Please reproduce exactly the lines from the start of the records through the one containing "#21=IFCLOCALPLACEMENT(#17,#20);", and nothing more.

> **Collected data**
==================================================

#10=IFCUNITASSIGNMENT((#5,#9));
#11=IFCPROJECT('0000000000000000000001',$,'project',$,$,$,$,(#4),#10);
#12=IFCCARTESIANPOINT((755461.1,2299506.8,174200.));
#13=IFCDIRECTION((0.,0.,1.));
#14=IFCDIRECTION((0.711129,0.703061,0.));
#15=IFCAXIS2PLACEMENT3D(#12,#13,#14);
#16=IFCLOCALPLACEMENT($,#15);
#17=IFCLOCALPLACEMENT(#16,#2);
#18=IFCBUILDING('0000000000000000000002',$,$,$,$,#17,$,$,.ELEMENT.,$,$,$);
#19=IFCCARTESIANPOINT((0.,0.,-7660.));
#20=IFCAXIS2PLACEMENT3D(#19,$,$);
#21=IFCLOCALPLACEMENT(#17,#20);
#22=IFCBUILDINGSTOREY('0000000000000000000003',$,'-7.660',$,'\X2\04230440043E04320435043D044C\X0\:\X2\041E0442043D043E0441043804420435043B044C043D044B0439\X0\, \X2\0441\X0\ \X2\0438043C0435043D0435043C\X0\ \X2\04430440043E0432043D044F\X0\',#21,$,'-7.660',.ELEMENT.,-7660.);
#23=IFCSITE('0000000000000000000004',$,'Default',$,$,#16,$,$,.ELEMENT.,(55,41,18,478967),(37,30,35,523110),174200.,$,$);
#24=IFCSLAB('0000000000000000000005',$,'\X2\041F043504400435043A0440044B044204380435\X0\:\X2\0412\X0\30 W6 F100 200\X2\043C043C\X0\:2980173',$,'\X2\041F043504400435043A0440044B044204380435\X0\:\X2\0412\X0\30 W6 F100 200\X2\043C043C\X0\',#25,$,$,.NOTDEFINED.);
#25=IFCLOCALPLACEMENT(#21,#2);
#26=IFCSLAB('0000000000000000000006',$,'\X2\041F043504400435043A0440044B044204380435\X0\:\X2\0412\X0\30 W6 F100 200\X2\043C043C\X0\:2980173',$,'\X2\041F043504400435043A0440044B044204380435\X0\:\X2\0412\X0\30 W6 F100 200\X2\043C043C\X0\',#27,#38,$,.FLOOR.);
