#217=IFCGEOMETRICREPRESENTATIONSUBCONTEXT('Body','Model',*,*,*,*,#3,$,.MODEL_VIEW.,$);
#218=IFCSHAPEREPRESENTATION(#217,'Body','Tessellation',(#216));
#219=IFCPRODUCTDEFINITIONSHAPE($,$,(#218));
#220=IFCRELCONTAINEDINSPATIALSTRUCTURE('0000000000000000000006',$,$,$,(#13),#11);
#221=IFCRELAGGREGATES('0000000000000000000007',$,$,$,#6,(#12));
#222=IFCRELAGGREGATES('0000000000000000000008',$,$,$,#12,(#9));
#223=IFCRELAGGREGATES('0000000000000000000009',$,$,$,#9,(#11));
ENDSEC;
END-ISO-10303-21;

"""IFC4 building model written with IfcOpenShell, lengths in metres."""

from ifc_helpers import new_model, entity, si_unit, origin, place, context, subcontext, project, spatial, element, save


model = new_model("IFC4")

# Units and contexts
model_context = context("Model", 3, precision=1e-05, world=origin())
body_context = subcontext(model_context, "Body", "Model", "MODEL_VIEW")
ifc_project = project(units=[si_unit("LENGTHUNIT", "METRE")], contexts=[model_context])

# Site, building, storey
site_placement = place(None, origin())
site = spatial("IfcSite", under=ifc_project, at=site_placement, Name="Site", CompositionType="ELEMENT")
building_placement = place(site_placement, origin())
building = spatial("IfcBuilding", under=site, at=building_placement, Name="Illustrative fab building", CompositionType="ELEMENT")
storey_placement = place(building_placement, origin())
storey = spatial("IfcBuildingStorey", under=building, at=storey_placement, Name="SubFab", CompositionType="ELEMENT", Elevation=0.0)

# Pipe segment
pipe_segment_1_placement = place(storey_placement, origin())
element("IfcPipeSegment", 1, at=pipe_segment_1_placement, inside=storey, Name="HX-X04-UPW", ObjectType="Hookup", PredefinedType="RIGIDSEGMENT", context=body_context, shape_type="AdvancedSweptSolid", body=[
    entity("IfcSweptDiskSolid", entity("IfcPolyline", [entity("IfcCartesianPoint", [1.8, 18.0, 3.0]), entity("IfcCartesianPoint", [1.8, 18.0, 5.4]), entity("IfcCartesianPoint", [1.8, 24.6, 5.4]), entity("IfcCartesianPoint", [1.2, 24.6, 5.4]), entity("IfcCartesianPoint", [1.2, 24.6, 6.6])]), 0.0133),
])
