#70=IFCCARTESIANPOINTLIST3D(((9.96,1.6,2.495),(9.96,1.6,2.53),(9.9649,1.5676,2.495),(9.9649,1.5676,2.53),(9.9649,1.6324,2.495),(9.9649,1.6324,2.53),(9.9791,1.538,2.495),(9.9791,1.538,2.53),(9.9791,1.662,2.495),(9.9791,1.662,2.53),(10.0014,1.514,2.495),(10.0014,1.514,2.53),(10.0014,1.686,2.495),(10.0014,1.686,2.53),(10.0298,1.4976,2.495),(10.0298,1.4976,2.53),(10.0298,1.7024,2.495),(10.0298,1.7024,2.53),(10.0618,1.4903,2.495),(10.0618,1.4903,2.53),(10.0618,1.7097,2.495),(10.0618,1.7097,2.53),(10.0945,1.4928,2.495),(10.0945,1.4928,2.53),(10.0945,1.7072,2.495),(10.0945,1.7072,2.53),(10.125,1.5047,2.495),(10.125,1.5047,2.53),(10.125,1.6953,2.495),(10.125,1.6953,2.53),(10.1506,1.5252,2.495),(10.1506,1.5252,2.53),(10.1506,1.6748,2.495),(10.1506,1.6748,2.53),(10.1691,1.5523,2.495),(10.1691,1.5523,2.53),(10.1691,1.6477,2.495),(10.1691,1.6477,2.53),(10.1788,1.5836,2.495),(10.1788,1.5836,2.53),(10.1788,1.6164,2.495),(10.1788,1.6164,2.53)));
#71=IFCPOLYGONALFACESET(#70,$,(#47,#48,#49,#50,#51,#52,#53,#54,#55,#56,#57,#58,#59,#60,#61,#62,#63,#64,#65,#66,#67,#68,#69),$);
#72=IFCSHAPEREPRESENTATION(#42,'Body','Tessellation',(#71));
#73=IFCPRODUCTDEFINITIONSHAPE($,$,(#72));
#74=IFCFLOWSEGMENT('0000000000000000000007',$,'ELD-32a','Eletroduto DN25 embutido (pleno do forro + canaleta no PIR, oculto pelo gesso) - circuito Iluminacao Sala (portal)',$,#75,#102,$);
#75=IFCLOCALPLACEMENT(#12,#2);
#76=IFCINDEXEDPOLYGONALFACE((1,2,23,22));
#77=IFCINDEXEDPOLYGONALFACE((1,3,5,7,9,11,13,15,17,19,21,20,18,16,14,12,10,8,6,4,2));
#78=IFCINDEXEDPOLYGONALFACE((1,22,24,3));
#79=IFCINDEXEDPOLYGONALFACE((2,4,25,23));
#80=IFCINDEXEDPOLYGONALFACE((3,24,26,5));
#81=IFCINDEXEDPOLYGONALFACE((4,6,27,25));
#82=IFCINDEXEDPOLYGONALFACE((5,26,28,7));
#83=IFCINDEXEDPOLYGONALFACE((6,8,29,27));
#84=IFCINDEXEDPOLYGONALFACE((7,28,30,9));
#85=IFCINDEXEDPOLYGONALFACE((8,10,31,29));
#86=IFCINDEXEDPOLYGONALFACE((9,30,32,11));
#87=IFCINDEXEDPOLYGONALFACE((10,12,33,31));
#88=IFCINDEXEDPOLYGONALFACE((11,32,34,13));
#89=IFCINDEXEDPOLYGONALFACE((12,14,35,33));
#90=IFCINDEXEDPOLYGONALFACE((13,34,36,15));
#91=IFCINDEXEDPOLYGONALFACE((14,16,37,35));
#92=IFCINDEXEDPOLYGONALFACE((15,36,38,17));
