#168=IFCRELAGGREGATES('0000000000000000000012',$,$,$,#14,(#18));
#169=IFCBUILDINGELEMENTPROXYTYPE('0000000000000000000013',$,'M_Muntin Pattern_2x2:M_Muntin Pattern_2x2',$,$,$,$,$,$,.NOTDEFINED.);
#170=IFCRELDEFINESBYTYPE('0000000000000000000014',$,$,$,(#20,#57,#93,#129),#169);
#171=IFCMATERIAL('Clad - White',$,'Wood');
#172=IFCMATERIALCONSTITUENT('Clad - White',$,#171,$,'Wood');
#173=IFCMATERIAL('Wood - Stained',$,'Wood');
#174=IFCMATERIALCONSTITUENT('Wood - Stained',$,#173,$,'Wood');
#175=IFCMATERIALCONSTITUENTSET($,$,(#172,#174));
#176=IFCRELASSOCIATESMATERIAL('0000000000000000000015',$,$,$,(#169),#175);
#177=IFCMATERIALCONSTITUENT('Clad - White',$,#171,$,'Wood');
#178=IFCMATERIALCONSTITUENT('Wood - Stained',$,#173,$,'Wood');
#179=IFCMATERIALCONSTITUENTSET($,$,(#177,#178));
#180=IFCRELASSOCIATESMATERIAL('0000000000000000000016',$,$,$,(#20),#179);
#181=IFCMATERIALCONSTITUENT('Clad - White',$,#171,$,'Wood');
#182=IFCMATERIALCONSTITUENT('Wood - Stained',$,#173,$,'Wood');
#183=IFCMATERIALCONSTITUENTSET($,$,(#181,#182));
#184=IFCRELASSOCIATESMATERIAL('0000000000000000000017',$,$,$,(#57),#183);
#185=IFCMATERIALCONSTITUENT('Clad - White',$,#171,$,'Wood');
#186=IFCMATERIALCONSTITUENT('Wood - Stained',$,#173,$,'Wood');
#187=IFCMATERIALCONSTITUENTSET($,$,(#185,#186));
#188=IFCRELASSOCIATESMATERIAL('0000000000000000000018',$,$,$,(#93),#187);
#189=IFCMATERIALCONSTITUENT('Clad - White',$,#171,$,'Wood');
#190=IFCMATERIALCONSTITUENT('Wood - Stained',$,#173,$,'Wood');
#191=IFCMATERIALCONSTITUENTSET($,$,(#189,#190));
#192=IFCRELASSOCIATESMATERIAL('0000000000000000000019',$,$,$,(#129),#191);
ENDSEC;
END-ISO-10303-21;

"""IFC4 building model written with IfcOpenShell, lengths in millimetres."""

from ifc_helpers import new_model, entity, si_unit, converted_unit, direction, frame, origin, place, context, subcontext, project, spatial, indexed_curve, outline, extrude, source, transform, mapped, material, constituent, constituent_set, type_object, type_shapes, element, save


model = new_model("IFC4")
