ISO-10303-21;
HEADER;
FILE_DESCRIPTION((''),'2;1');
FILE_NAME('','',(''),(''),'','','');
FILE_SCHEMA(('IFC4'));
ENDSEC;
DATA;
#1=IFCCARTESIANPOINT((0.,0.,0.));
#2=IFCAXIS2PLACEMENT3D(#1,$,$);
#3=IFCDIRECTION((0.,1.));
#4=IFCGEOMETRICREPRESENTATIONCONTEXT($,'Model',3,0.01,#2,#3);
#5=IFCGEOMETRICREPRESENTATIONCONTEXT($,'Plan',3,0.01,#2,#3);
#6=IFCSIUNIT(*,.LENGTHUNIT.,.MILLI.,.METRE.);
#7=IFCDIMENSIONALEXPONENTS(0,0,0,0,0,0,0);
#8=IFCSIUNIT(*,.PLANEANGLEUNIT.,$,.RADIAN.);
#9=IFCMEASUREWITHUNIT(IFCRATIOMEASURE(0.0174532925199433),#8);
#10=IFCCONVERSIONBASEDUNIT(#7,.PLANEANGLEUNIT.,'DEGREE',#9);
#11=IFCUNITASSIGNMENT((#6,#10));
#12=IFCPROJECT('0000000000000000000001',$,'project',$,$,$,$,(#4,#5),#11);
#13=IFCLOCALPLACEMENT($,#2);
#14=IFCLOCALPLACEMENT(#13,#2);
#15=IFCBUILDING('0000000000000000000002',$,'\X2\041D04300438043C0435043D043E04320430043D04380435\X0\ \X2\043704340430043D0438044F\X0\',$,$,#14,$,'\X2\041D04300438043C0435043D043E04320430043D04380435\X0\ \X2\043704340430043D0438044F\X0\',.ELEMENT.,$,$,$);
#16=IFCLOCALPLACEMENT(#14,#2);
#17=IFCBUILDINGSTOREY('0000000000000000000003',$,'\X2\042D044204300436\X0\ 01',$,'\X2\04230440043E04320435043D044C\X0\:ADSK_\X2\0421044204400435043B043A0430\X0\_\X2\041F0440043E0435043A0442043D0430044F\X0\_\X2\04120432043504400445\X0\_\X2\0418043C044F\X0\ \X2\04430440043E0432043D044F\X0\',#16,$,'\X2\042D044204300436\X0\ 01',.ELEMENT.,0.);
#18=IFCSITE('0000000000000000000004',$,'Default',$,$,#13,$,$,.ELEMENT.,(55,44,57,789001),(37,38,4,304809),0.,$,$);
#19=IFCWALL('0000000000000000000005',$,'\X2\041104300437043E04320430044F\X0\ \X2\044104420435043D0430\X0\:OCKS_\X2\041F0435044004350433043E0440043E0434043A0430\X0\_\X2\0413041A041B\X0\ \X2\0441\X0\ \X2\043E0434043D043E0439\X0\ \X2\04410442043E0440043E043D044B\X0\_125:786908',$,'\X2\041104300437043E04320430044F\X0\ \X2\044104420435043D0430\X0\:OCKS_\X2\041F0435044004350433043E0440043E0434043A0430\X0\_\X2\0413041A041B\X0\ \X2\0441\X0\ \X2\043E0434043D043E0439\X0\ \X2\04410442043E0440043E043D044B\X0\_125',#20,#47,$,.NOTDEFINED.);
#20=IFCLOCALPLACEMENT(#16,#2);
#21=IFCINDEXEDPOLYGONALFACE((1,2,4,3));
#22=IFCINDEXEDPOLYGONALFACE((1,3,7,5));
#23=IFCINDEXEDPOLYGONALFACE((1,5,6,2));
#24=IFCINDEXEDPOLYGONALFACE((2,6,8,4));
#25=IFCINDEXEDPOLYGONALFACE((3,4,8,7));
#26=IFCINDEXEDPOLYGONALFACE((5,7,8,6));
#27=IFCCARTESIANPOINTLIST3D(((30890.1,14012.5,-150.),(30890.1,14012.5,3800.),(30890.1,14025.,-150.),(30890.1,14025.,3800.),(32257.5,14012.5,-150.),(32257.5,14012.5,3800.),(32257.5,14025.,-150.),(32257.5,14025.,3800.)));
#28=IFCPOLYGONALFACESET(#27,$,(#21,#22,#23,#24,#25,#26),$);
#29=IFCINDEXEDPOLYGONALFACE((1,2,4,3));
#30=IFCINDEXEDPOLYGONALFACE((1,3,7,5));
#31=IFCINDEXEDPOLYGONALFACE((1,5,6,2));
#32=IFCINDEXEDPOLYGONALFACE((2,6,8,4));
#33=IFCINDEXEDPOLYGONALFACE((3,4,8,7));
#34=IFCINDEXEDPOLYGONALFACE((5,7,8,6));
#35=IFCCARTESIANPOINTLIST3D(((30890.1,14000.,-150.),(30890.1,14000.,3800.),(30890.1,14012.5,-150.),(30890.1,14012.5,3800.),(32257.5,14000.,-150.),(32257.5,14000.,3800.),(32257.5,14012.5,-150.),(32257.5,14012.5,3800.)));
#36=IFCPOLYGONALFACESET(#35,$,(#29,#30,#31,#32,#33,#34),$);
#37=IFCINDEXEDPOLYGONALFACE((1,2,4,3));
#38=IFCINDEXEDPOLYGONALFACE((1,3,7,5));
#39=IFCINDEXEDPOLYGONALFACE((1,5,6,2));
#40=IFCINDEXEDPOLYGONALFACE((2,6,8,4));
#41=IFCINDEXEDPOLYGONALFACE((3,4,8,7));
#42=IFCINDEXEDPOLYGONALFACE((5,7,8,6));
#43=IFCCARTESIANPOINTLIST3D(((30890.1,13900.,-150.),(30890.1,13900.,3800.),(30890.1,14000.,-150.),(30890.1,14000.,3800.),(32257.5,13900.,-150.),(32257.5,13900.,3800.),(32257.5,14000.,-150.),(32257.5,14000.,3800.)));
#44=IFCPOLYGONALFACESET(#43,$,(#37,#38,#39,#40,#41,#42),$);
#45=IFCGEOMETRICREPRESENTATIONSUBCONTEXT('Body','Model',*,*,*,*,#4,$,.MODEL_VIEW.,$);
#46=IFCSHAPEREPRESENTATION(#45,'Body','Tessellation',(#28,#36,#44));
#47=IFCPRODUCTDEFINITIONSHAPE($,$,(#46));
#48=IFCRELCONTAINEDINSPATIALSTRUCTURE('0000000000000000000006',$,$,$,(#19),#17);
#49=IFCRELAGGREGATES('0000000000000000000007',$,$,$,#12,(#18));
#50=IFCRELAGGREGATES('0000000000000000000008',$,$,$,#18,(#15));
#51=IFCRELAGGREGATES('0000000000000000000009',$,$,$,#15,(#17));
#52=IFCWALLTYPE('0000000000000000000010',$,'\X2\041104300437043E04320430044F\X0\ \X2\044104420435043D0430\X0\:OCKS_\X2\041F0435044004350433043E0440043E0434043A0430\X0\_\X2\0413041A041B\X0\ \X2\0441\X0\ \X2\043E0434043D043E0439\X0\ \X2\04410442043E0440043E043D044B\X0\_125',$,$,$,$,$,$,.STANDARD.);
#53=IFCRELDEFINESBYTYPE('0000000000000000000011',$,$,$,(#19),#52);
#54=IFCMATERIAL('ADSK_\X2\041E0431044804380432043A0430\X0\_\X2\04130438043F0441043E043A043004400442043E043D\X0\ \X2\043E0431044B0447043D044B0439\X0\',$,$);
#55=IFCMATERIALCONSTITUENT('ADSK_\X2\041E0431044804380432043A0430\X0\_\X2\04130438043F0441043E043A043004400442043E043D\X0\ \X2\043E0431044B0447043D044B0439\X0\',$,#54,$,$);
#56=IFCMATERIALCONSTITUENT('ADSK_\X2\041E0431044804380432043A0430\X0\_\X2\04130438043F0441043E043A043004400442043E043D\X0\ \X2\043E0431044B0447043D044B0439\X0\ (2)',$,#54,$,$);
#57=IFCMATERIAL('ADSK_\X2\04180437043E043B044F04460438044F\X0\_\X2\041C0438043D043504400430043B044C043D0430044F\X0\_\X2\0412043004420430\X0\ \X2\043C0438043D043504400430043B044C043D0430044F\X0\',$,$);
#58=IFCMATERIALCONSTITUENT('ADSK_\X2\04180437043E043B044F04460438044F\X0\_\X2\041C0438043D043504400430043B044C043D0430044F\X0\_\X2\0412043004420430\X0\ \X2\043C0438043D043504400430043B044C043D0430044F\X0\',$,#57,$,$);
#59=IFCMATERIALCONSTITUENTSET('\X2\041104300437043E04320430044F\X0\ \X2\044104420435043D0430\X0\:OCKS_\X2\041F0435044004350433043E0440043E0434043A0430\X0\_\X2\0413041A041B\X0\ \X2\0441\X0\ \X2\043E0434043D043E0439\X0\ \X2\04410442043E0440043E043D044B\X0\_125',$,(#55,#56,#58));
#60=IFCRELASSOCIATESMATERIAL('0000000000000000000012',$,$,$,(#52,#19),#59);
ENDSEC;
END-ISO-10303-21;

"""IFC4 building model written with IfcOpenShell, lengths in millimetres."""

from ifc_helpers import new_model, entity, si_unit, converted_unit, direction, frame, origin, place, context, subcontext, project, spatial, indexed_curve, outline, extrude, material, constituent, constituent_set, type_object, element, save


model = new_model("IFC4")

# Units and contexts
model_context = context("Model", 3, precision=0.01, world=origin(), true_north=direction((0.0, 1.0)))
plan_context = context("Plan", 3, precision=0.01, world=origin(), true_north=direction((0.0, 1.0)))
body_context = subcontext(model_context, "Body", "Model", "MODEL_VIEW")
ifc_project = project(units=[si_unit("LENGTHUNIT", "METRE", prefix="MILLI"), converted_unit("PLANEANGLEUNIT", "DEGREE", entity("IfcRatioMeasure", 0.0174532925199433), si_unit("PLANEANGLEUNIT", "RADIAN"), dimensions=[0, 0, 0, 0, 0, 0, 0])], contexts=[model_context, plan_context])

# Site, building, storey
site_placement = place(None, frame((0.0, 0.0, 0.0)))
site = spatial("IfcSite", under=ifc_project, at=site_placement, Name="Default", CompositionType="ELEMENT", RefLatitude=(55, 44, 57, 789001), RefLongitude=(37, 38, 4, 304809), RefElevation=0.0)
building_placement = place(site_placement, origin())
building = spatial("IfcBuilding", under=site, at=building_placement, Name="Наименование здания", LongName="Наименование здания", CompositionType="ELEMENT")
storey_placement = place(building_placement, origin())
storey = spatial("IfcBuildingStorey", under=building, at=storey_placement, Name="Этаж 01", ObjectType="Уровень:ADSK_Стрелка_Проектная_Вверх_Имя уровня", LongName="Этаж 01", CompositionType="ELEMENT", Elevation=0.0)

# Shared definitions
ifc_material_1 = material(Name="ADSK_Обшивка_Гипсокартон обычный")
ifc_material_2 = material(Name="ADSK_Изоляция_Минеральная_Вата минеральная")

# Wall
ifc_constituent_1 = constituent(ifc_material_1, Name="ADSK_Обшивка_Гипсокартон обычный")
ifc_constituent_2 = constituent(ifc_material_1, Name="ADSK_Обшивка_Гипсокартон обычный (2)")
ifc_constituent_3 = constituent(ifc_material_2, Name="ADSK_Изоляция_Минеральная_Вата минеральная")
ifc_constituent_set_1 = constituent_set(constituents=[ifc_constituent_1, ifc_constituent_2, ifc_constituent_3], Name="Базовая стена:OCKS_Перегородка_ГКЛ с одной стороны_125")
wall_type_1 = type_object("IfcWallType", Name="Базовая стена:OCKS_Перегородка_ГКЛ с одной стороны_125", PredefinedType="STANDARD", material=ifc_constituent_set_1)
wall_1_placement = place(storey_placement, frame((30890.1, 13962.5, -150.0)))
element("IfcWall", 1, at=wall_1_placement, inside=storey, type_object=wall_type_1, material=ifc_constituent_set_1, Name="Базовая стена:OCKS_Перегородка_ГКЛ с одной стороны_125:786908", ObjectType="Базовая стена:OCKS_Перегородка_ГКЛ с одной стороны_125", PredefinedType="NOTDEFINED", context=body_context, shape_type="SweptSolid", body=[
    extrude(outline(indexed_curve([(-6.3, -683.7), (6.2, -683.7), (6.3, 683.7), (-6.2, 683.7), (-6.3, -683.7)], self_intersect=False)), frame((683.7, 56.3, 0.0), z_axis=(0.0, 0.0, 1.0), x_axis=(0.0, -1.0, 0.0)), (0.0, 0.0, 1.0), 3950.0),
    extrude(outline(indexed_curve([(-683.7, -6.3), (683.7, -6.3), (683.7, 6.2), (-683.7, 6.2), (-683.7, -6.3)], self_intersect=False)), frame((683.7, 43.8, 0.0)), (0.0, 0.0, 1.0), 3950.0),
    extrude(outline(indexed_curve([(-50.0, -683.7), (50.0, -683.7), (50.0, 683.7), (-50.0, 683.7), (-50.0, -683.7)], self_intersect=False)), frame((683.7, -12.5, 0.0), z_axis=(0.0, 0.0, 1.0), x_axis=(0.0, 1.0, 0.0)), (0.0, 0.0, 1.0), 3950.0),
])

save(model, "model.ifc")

==================================================

> **Response to the task**
#10=IFCUNITASSIGNMENT((#5,#9));
#11=IFCPROJECT('0000000000000000000001',$,'project',$,$,$,$,(#4),#10);
#12=IFCCARTESIANPOINT((755461.1,2299506.8,174200.));
#13=IFCDIRECTION((0.,0.,1.));
#14=IFCDIRECTION((0.711129,0.703061,0.));
#15=IFCAXIS2PLACEMENT3D(#12,#13,#14);
#16=IFCLOCALPLACEMENT($,#15);
#17=IFCLOCALPLACEMENT(#16,#2);
#18=IFCBUILDING('0000000000000000000002',$,$,$,$,#17,$,$,.ELEMENT.,$,$,$);
#19=IFCCARTESIANPOINT((0.,0.,-7660.));
#20=IFCAXIS2PLACEMENT3D(#19,$,$);
#21=IFCLOCALPLACEMENT(#17,#20);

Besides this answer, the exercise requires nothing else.